What to work on:
Within the material below, transcribe exactly the lines from the one holding "#50=IFCINDEXEDPOLYGONALFACE((25,26,28,27));" through the one holding "#70=IFCINDEXEDPOLYGONALFACE((5,7,8,6));", keeping both ends and skipping the rest.

(Exercise input)

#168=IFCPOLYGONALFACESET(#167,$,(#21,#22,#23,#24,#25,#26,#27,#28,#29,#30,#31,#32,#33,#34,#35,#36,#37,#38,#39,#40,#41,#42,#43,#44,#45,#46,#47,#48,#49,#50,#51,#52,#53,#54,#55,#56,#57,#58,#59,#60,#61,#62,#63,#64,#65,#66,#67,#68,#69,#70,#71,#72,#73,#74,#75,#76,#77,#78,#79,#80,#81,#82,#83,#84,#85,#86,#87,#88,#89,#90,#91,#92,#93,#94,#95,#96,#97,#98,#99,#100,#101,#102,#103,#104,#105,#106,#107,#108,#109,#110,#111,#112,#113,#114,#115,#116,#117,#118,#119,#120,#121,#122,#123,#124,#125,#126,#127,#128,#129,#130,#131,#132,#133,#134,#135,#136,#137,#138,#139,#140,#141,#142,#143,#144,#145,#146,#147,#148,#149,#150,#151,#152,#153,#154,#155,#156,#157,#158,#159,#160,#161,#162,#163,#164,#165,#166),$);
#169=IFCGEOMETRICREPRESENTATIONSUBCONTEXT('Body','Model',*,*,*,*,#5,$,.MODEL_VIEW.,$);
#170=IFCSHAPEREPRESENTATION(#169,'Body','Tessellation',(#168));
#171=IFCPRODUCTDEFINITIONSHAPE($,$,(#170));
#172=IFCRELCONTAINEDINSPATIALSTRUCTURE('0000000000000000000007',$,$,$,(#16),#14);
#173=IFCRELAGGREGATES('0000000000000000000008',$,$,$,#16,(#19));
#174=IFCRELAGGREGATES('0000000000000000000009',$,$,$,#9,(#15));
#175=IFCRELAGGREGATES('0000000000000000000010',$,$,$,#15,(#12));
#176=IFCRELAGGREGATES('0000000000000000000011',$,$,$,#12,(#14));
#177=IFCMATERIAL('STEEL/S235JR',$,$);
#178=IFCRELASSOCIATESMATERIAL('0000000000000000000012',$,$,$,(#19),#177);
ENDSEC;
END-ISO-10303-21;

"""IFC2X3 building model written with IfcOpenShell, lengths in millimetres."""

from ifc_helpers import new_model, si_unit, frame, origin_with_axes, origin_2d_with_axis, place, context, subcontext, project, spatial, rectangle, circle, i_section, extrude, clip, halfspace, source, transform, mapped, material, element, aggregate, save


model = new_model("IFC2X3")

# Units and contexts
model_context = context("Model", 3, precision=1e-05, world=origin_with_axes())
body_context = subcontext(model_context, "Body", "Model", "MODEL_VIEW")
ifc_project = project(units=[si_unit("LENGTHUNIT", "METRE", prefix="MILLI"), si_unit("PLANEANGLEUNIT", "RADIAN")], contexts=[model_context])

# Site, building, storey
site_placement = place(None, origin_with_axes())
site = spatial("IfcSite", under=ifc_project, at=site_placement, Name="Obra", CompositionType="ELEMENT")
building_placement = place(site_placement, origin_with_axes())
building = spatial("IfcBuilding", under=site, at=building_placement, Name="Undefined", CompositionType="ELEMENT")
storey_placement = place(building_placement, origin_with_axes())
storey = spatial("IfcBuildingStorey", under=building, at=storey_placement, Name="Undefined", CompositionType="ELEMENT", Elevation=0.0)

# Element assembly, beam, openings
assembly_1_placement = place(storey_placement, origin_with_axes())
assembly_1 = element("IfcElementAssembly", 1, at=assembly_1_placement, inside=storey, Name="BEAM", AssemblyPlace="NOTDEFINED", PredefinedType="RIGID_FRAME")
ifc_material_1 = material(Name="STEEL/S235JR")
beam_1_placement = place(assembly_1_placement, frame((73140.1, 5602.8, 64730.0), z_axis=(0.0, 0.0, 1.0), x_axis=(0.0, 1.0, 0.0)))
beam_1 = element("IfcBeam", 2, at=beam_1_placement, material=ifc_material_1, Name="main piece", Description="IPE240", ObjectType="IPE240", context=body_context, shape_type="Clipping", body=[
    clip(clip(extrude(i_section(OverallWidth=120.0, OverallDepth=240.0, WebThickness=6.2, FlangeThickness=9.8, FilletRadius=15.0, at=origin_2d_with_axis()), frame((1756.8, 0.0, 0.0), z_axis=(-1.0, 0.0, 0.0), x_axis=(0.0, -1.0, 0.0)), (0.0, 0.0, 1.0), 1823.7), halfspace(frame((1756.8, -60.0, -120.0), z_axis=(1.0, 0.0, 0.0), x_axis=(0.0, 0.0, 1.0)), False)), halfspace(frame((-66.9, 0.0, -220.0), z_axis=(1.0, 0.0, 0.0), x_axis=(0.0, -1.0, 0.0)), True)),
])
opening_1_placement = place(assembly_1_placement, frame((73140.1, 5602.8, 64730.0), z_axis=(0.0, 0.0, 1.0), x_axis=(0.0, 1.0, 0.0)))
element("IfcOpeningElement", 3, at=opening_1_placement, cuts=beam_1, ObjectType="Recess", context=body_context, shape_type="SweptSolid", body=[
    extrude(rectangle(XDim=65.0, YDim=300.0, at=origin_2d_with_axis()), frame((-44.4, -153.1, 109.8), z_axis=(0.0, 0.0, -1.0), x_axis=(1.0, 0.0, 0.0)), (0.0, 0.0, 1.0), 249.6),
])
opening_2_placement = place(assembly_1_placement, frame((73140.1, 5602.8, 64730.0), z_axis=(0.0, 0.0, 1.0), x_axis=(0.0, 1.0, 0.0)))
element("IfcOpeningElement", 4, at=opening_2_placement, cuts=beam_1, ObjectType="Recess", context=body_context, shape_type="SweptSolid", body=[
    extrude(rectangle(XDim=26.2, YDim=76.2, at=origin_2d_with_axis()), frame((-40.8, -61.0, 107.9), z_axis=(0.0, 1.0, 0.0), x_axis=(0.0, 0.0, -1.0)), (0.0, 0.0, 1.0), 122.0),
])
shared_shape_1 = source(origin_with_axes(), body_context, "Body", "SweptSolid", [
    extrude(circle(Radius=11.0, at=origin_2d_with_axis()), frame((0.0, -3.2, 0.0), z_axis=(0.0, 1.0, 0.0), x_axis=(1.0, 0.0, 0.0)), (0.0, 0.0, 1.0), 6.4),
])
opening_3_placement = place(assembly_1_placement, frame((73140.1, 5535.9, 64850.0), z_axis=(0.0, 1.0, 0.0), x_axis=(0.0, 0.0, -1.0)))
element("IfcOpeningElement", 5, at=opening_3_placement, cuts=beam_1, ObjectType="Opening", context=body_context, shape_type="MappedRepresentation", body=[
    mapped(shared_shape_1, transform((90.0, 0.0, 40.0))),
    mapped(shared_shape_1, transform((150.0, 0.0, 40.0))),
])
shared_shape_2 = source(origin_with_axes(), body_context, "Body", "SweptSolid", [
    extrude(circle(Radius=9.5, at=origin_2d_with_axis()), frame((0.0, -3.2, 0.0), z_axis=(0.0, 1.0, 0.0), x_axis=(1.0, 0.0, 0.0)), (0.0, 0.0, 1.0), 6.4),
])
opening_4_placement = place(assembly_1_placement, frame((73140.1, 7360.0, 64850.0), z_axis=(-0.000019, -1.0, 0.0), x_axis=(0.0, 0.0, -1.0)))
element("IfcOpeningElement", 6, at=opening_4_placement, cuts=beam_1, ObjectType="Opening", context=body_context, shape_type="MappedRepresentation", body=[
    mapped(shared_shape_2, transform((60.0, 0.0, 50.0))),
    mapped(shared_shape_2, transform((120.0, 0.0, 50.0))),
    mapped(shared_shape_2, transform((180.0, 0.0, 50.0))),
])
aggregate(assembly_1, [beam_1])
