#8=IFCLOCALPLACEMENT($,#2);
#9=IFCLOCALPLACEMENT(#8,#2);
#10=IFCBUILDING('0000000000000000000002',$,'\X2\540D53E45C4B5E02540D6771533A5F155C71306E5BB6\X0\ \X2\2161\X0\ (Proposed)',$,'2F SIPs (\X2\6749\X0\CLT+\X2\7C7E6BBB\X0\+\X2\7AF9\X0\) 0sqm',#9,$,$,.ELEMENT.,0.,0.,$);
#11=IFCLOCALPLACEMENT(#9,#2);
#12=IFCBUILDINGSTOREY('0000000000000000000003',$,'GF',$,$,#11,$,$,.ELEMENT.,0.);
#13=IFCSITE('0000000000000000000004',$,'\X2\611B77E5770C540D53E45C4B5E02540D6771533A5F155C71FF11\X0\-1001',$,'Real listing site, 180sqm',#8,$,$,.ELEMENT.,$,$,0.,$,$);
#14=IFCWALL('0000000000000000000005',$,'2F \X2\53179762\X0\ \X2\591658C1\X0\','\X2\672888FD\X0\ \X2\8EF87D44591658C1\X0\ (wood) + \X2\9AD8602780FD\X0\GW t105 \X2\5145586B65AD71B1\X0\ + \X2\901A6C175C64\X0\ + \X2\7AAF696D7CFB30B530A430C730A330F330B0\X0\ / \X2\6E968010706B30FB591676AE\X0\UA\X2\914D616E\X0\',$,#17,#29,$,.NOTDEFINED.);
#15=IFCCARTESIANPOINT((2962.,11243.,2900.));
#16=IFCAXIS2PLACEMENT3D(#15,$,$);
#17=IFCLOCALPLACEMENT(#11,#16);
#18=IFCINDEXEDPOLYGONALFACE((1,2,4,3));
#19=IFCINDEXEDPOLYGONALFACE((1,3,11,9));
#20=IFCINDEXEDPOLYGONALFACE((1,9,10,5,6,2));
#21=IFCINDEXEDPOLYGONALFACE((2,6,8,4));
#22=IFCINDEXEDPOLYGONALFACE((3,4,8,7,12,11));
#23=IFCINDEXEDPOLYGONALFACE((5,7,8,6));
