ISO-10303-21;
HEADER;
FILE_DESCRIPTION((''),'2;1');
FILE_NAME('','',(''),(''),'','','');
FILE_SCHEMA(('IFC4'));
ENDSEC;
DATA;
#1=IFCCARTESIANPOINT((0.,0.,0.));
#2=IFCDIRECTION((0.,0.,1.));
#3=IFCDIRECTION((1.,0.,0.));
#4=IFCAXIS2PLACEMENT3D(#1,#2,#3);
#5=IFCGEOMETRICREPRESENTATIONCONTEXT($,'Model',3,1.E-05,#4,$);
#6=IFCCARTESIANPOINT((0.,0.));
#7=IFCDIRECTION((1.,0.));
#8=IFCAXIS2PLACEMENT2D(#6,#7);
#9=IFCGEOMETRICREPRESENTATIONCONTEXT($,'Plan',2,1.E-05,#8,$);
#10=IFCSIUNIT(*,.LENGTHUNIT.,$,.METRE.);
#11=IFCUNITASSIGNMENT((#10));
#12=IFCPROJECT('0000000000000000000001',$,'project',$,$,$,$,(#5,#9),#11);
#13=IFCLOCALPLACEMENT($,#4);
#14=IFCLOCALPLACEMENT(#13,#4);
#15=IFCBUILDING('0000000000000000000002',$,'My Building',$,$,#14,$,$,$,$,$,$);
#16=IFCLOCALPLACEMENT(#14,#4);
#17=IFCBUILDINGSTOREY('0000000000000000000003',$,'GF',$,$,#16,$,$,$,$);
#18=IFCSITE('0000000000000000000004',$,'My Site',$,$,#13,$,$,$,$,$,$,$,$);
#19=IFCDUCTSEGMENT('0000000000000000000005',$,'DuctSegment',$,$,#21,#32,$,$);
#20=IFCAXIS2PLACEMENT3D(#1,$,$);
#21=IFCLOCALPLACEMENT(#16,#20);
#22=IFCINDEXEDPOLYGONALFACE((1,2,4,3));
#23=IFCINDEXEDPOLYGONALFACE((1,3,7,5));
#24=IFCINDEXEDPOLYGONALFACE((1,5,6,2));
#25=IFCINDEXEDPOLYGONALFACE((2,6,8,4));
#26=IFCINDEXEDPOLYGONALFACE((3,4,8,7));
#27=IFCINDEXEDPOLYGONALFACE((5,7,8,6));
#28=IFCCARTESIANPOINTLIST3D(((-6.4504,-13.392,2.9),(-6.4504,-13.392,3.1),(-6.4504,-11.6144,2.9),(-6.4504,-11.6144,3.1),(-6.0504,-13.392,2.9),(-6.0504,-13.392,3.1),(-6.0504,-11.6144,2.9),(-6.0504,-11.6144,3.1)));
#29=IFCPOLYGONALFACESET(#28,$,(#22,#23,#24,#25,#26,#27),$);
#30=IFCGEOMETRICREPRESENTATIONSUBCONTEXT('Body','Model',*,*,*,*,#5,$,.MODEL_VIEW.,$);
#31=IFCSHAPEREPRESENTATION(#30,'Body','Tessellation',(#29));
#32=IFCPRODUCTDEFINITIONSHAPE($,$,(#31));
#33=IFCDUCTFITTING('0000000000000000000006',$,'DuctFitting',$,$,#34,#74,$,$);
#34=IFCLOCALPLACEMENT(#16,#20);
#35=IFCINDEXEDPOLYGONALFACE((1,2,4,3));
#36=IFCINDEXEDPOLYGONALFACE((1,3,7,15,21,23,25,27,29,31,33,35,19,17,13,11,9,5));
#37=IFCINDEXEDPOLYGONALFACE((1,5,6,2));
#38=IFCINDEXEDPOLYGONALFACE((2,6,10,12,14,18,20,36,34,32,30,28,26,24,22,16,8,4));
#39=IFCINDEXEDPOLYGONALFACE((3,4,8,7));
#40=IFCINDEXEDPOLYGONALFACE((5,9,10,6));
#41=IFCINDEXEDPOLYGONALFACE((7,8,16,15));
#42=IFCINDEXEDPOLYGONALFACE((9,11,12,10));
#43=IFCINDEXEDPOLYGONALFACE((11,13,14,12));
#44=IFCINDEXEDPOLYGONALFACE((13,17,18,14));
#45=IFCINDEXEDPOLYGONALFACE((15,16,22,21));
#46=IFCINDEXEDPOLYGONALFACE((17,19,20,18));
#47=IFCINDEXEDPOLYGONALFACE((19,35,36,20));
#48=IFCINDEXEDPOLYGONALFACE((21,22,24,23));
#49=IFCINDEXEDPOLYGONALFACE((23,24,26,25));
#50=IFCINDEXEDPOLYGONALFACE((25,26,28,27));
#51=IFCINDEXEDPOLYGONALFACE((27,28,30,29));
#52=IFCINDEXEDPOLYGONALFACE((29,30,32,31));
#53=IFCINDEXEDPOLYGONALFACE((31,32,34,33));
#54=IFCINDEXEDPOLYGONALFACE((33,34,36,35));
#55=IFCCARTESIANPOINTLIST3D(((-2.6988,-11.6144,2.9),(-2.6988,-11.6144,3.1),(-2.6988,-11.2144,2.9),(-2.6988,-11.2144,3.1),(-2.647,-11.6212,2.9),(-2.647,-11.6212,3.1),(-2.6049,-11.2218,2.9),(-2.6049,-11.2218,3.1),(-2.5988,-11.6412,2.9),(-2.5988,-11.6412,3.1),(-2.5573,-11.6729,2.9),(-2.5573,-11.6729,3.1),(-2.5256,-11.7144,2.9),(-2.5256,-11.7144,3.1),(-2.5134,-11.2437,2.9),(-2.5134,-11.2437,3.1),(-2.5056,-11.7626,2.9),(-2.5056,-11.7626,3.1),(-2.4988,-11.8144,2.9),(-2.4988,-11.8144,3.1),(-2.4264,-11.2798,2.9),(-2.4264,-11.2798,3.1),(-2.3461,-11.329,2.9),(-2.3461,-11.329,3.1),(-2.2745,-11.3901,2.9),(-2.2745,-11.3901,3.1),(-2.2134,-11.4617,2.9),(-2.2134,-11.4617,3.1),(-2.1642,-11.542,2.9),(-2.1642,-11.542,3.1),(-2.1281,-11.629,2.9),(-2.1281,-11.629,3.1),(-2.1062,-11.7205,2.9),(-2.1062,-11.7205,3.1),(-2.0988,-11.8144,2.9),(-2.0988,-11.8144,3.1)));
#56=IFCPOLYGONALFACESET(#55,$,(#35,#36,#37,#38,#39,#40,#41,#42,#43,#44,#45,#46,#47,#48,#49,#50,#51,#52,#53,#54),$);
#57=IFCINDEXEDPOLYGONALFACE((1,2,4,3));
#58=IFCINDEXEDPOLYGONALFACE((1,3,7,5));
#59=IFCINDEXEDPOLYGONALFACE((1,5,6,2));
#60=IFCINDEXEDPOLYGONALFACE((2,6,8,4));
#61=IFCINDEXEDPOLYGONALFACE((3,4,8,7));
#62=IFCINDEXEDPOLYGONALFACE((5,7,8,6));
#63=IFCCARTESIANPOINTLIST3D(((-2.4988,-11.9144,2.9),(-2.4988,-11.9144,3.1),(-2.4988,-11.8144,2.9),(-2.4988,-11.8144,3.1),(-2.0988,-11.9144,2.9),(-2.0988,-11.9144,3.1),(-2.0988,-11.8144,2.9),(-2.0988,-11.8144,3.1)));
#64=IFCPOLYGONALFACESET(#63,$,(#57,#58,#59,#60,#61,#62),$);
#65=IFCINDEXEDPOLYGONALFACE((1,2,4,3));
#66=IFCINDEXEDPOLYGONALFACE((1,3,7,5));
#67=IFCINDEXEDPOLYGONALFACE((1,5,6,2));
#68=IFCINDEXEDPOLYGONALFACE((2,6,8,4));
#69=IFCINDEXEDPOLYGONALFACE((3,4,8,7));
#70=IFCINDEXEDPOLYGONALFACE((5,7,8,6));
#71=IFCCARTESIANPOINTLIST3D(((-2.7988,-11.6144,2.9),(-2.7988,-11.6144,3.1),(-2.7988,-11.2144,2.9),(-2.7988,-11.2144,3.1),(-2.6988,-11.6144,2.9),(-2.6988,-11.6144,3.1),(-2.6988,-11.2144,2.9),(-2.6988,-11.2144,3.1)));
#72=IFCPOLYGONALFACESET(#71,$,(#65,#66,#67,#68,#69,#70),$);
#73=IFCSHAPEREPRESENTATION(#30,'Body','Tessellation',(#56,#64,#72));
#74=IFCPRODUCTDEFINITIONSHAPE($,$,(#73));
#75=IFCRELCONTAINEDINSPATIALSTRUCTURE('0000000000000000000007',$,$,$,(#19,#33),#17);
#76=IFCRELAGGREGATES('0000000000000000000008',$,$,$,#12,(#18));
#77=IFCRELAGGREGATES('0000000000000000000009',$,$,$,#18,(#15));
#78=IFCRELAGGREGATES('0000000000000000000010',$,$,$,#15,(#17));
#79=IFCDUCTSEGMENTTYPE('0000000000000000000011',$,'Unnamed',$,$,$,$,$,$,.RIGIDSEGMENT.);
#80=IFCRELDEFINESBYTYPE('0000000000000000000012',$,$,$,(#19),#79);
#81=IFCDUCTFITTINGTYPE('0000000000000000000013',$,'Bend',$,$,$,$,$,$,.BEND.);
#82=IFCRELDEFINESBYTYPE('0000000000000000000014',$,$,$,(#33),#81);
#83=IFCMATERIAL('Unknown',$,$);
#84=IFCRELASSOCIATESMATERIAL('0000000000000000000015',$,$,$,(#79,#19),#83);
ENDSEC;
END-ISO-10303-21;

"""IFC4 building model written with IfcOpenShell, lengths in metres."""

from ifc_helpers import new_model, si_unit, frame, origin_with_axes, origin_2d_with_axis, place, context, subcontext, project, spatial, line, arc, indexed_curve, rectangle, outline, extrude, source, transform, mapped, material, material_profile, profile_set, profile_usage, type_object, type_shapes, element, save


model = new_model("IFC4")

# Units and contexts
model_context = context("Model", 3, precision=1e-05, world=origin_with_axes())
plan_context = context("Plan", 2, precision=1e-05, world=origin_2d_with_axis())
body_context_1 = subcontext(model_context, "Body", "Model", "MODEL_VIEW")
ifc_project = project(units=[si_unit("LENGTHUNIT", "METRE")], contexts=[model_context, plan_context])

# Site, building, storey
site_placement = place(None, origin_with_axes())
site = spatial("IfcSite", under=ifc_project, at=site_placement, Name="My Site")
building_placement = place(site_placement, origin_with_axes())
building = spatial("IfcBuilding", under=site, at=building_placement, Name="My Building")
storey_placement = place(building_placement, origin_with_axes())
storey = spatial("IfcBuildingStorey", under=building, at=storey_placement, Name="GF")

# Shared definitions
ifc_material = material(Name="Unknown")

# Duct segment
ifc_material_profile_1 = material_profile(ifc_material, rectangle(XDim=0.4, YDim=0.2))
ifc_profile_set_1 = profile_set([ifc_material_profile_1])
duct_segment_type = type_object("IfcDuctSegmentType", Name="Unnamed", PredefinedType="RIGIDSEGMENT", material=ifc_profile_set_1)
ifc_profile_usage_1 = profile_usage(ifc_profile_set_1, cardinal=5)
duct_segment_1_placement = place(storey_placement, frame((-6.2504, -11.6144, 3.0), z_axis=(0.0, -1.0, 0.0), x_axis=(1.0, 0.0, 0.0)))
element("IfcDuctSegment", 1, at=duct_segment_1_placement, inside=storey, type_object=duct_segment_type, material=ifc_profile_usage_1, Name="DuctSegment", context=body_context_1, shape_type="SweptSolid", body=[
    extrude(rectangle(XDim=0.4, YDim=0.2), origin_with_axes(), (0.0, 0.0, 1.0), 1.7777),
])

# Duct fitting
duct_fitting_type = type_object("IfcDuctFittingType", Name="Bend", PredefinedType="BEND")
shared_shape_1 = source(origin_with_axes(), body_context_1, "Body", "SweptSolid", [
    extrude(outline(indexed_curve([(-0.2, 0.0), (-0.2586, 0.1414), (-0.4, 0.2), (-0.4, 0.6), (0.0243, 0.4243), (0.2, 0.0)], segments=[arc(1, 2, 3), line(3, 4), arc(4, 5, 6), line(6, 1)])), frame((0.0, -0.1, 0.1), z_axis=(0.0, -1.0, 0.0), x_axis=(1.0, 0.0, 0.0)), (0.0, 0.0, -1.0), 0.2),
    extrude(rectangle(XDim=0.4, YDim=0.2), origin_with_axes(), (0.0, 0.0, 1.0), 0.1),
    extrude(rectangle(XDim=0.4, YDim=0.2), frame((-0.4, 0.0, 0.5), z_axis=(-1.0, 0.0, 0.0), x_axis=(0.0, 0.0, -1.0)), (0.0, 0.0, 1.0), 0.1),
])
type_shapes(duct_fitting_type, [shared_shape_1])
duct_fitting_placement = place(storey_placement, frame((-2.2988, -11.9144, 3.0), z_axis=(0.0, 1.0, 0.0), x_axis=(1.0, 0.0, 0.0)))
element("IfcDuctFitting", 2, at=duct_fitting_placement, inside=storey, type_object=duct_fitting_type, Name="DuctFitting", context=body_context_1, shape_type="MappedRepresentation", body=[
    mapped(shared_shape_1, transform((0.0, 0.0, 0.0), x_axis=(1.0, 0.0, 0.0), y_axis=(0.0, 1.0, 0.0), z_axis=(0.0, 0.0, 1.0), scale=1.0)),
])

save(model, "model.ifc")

(End Exercise input)

Problem solution:
#50=IFCINDEXEDPOLYGONALFACE((25,26,28,27));
#51=IFCINDEXEDPOLYGONALFACE((27,28,30,29));
#52=IFCINDEXEDPOLYGONALFACE((29,30,32,31));
#53=IFCINDEXEDPOLYGONALFACE((31,32,34,33));
#54=IFCINDEXEDPOLYGONALFACE((33,34,36,35));
#55=IFCCARTESIANPOINTLIST3D(((-2.6988,-11.6144,2.9),(-2.6988,-11.6144,3.1),(-2.6988,-11.2144,2.9),(-2.6988,-11.2144,3.1),(-2.647,-11.6212,2.9),(-2.647,-11.6212,3.1),(-2.6049,-11.2218,2.9),(-2.6049,-11.2218,3.1),(-2.5988,-11.6412,2.9),(-2.5988,-11.6412,3.1),(-2.5573,-11.6729,2.9),(-2.5573,-11.6729,3.1),(-2.5256,-11.7144,2.9),(-2.5256,-11.7144,3.1),(-2.5134,-11.2437,2.9),(-2.5134,-11.2437,3.1),(-2.5056,-11.7626,2.9),(-2.5056,-11.7626,3.1),(-2.4988,-11.8144,2.9),(-2.4988,-11.8144,3.1),(-2.4264,-11.2798,2.9),(-2.4264,-11.2798,3.1),(-2.3461,-11.329,2.9),(-2.3461,-11.329,3.1),(-2.2745,-11.3901,2.9),(-2.2745,-11.3901,3.1),(-2.2134,-11.4617,2.9),(-2.2134,-11.4617,3.1),(-2.1642,-11.542,2.9),(-2.1642,-11.542,3.1),(-2.1281,-11.629,2.9),(-2.1281,-11.629,3.1),(-2.1062,-11.7205,2.9),(-2.1062,-11.7205,3.1),(-2.0988,-11.8144,2.9),(-2.0988,-11.8144,3.1)));
#56=IFCPOLYGONALFACESET(#55,$,(#35,#36,#37,#38,#39,#40,#41,#42,#43,#44,#45,#46,#47,#48,#49,#50,#51,#52,#53,#54),$);
#57=IFCINDEXEDPOLYGONALFACE((1,2,4,3));
#58=IFCINDEXEDPOLYGONALFACE((1,3,7,5));
#59=IFCINDEXEDPOLYGONALFACE((1,5,6,2));
#60=IFCINDEXEDPOLYGONALFACE((2,6,8,4));
#61=IFCINDEXEDPOLYGONALFACE((3,4,8,7));
#62=IFCINDEXEDPOLYGONALFACE((5,7,8,6));
#63=IFCCARTESIANPOINTLIST3D(((-2.4988,-11.9144,2.9),(-2.4988,-11.9144,3.1),(-2.4988,-11.8144,2.9),(-2.4988,-11.8144,3.1),(-2.0988,-11.9144,2.9),(-2.0988,-11.9144,3.1),(-2.0988,-11.8144,2.9),(-2.0988,-11.8144,3.1)));
#64=IFCPOLYGONALFACESET(#63,$,(#57,#58,#59,#60,#61,#62),$);
#65=IFCINDEXEDPOLYGONALFACE((1,2,4,3));
#66=IFCINDEXEDPOLYGONALFACE((1,3,7,5));
#67=IFCINDEXEDPOLYGONALFACE((1,5,6,2));
#68=IFCINDEXEDPOLYGONALFACE((2,6,8,4));
#69=IFCINDEXEDPOLYGONALFACE((3,4,8,7));
#70=IFCINDEXEDPOLYGONALFACE((5,7,8,6));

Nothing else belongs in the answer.